## Exercise
Below are some records; quote exactly the lines from the one that contains "#19=IFCINDEXEDPOLYGONALFACE((2,6,8,4));" through the one that contains "END-ISO-10303-21;", inclusive, and no others.

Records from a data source
+++

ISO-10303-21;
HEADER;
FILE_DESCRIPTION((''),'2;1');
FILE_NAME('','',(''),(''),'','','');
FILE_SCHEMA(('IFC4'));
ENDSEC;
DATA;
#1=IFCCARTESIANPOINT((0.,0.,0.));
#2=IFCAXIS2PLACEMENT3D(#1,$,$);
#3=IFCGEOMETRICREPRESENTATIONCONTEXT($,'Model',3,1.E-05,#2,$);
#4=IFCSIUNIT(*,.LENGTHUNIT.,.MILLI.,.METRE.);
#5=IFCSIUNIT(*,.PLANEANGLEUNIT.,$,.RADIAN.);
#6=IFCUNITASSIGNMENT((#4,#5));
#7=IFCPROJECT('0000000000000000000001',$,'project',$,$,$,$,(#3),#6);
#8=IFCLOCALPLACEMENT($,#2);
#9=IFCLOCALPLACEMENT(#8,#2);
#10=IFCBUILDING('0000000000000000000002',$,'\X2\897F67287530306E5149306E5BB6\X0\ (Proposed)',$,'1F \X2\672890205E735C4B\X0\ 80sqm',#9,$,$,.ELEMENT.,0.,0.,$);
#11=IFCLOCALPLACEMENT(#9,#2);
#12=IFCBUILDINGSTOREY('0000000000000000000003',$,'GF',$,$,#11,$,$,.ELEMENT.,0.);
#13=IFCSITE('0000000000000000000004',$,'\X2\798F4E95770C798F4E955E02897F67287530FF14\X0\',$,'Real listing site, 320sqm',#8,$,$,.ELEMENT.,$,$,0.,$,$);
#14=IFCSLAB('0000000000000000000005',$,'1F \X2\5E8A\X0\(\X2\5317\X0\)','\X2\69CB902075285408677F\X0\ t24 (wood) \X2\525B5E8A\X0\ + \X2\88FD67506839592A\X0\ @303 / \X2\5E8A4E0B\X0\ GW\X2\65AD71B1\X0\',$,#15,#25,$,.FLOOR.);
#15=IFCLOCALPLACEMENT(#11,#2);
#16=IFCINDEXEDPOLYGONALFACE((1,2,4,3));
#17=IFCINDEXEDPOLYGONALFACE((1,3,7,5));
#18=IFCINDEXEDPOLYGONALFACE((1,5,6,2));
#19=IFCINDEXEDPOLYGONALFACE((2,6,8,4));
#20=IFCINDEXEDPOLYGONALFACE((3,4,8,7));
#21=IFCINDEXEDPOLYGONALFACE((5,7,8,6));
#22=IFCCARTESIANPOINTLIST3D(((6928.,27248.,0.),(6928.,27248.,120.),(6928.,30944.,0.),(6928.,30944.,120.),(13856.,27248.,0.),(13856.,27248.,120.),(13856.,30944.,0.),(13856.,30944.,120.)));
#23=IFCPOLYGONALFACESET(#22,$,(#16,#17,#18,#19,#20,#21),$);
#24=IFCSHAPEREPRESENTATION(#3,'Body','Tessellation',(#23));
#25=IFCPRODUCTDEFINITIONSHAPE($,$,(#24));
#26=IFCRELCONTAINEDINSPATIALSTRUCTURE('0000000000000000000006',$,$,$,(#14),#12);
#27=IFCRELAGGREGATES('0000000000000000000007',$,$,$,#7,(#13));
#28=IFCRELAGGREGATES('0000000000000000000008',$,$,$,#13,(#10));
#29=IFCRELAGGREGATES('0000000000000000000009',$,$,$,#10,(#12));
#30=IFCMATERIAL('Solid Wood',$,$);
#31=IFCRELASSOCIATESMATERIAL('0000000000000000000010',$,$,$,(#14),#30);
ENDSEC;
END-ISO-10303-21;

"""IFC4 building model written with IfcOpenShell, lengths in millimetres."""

from ifc_helpers import new_model, si_unit, frame, frame_2d, origin, place, context, project, spatial, rectangle, extrude, material, element, save


model = new_model("IFC4")

# Units and contexts
model_context = context("Model", 3, precision=1e-05, world=origin())
ifc_project = project(units=[si_unit("LENGTHUNIT", "METRE", prefix="MILLI"), si_unit("PLANEANGLEUNIT", "RADIAN")], contexts=[model_context])

# Site, building, storey
site_placement = place(None, origin())
site = spatial("IfcSite", under=ifc_project, at=site_placement, Name="福井県福井市西木田４", ObjectType="Real listing site, 320sqm", CompositionType="ELEMENT", RefElevation=0.0)
building_placement = place(site_placement, origin())
building = spatial("IfcBuilding", under=site, at=building_placement, Name="西木田の光の家 (Proposed)", ObjectType="1F 木造平屋 80sqm", CompositionType="ELEMENT", ElevationOfRefHeight=0.0, ElevationOfTerrain=0.0)
storey_placement = place(building_placement, origin())
storey = spatial("IfcBuildingStorey", under=building, at=storey_placement, Name="GF", CompositionType="ELEMENT", Elevation=0.0)

# Shared definitions
ifc_material_1 = material(Name="Solid Wood")

# Slab
slab_1_placement = place(storey_placement, frame((3464.0, 13624.0, 0.0)))
element("IfcSlab", 1, at=slab_1_placement, inside=storey, material=ifc_material_1, Name="1F 床(北)", Description="構造用合板 t24 (wood) 剛床 + 製材根太 @303 / 床下 GW断熱", PredefinedType="FLOOR", context=model_context, shape_type="SweptSolid", body=[
    extrude(rectangle(XDim=6928.0, YDim=3696.0, at=frame_2d((3464.0, 1848.0))), frame((3464.0, 13624.0, 0.0)), (0.0, 0.0, 1.0), 120.0),
])

save(model, "model.ifc")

+++

## Task answer
#19=IFCINDEXEDPOLYGONALFACE((2,6,8,4));
#20=IFCINDEXEDPOLYGONALFACE((3,4,8,7));
#21=IFCINDEXEDPOLYGONALFACE((5,7,8,6));
#22=IFCCARTESIANPOINTLIST3D(((6928.,27248.,0.),(6928.,27248.,120.),(6928.,30944.,0.),(6928.,30944.,120.),(13856.,27248.,0.),(13856.,27248.,120.),(13856.,30944.,0.),(13856.,30944.,120.)));
#23=IFCPOLYGONALFACESET(#22,$,(#16,#17,#18,#19,#20,#21),$);
#24=IFCSHAPEREPRESENTATION(#3,'Body','Tessellation',(#23));
#25=IFCPRODUCTDEFINITIONSHAPE($,$,(#24));
#26=IFCRELCONTAINEDINSPATIALSTRUCTURE('0000000000000000000006',$,$,$,(#14),#12);
#27=IFCRELAGGREGATES('0000000000000000000007',$,$,$,#7,(#13));
#28=IFCRELAGGREGATES('0000000000000000000008',$,$,$,#13,(#10));
#29=IFCRELAGGREGATES('0000000000000000000009',$,$,$,#10,(#12));
#30=IFCMATERIAL('Solid Wood',$,$);
#31=IFCRELASSOCIATESMATERIAL('0000000000000000000010',$,$,$,(#14),#30);
ENDSEC;
END-ISO-10303-21;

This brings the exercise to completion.